▸ **Task objective**
Pick out and copy every line below that has the word "IFCCARTESIANPOINT".

Segment Start: Material for this task

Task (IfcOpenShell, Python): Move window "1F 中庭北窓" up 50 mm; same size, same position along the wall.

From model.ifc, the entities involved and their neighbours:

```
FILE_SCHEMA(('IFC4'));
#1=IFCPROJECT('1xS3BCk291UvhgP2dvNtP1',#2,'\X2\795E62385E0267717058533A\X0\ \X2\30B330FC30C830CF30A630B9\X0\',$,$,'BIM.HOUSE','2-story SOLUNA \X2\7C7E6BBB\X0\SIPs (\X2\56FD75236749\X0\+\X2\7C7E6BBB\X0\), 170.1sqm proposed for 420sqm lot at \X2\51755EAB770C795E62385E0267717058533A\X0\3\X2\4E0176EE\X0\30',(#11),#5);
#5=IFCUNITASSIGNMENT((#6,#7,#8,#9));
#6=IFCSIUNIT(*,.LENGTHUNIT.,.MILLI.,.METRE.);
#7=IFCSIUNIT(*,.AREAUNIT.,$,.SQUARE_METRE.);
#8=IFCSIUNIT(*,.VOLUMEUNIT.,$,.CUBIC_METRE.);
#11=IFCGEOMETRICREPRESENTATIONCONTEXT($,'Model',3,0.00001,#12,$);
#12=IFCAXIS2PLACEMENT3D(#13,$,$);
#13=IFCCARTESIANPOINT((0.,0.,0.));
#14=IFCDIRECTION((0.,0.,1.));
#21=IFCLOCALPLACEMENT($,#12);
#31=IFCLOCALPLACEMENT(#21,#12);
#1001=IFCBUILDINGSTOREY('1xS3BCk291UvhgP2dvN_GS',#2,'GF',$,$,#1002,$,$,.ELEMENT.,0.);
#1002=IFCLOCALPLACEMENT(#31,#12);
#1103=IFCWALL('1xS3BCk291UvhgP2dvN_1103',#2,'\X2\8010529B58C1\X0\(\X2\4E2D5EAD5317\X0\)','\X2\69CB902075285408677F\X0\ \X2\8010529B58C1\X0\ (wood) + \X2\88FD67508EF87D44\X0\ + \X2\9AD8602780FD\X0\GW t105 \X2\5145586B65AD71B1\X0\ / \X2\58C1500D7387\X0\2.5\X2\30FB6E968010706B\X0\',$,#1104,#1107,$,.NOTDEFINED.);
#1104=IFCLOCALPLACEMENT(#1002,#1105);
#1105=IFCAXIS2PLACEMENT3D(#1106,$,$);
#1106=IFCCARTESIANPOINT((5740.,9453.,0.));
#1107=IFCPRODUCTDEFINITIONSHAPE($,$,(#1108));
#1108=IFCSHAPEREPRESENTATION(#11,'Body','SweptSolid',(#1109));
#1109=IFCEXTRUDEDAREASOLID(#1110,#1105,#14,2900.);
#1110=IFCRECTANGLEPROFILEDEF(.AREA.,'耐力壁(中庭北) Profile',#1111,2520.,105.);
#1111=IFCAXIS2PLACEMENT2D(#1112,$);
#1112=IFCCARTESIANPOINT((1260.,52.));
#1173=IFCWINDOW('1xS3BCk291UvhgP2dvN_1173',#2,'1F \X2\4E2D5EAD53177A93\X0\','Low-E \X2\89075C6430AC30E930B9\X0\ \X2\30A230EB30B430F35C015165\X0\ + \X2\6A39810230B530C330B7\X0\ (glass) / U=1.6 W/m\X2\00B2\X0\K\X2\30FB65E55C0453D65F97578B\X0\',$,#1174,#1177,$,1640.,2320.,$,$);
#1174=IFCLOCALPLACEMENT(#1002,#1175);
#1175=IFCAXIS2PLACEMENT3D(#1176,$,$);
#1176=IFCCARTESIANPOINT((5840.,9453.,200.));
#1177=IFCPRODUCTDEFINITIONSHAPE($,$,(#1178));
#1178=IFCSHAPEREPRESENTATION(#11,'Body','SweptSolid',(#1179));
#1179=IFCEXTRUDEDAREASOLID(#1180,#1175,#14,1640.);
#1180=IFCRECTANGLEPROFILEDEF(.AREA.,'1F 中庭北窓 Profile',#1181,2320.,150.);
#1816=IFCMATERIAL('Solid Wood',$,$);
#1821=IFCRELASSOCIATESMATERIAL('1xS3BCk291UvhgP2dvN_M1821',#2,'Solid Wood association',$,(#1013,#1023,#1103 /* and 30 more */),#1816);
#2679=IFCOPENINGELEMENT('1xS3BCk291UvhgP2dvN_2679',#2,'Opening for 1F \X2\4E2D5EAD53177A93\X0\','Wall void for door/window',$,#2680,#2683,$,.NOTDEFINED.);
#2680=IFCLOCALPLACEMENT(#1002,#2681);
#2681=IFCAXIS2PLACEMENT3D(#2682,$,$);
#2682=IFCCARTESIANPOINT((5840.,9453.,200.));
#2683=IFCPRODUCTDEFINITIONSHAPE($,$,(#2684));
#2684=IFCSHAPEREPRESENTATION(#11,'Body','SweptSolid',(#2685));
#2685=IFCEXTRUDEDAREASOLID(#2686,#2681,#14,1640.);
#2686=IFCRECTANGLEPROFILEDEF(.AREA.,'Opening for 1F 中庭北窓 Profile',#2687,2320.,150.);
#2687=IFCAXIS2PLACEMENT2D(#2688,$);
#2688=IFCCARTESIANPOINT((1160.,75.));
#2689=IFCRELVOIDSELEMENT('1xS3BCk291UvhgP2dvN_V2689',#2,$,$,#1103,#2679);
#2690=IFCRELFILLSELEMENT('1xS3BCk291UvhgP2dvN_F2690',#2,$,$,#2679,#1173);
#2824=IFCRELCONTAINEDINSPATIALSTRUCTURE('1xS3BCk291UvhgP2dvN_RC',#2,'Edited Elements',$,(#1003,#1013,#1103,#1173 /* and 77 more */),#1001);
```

```python
import numpy as np
import ifcopenshell
import ifcopenshell.api.geometry
import ifcopenshell.util.placement
import ifcopenshell.util.unit

model = ifcopenshell.open("model.ifc")
unit_scale = ifcopenshell.util.unit.calculate_unit_scale(model)

window = model.by_guid("1xS3BCk291UvhgP2dvN_1173")
opening = window.FillsVoids[0].RelatingOpeningElement
dz = 0.05 / unit_scale

shift = np.array([0.0, 0.0, dz])
# The window is not placed relative to its opening, so move both.
for product in (opening, window):
    matrix = ifcopenshell.util.placement.get_local_placement(product.ObjectPlacement)
    matrix[:3, 3] += shift
    ifcopenshell.api.geometry.edit_object_placement(model, product=product, matrix=matrix, is_si=False)

print(f"moved by {dz * unit_scale:+.3f} m")

model.write("model_v2.ifc")
```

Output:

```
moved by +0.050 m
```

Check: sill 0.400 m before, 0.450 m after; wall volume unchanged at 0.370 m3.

Segment End: Material for this task

▸ **Exercise solution**
#13=IFCCARTESIANPOINT((0.,0.,0.));
#1106=IFCCARTESIANPOINT((5740.,9453.,0.));
#1112=IFCCARTESIANPOINT((1260.,52.));
#1176=IFCCARTESIANPOINT((5840.,9453.,200.));
#2682=IFCCARTESIANPOINT((5840.,9453.,200.));
#2688=IFCCARTESIANPOINT((1160.,75.));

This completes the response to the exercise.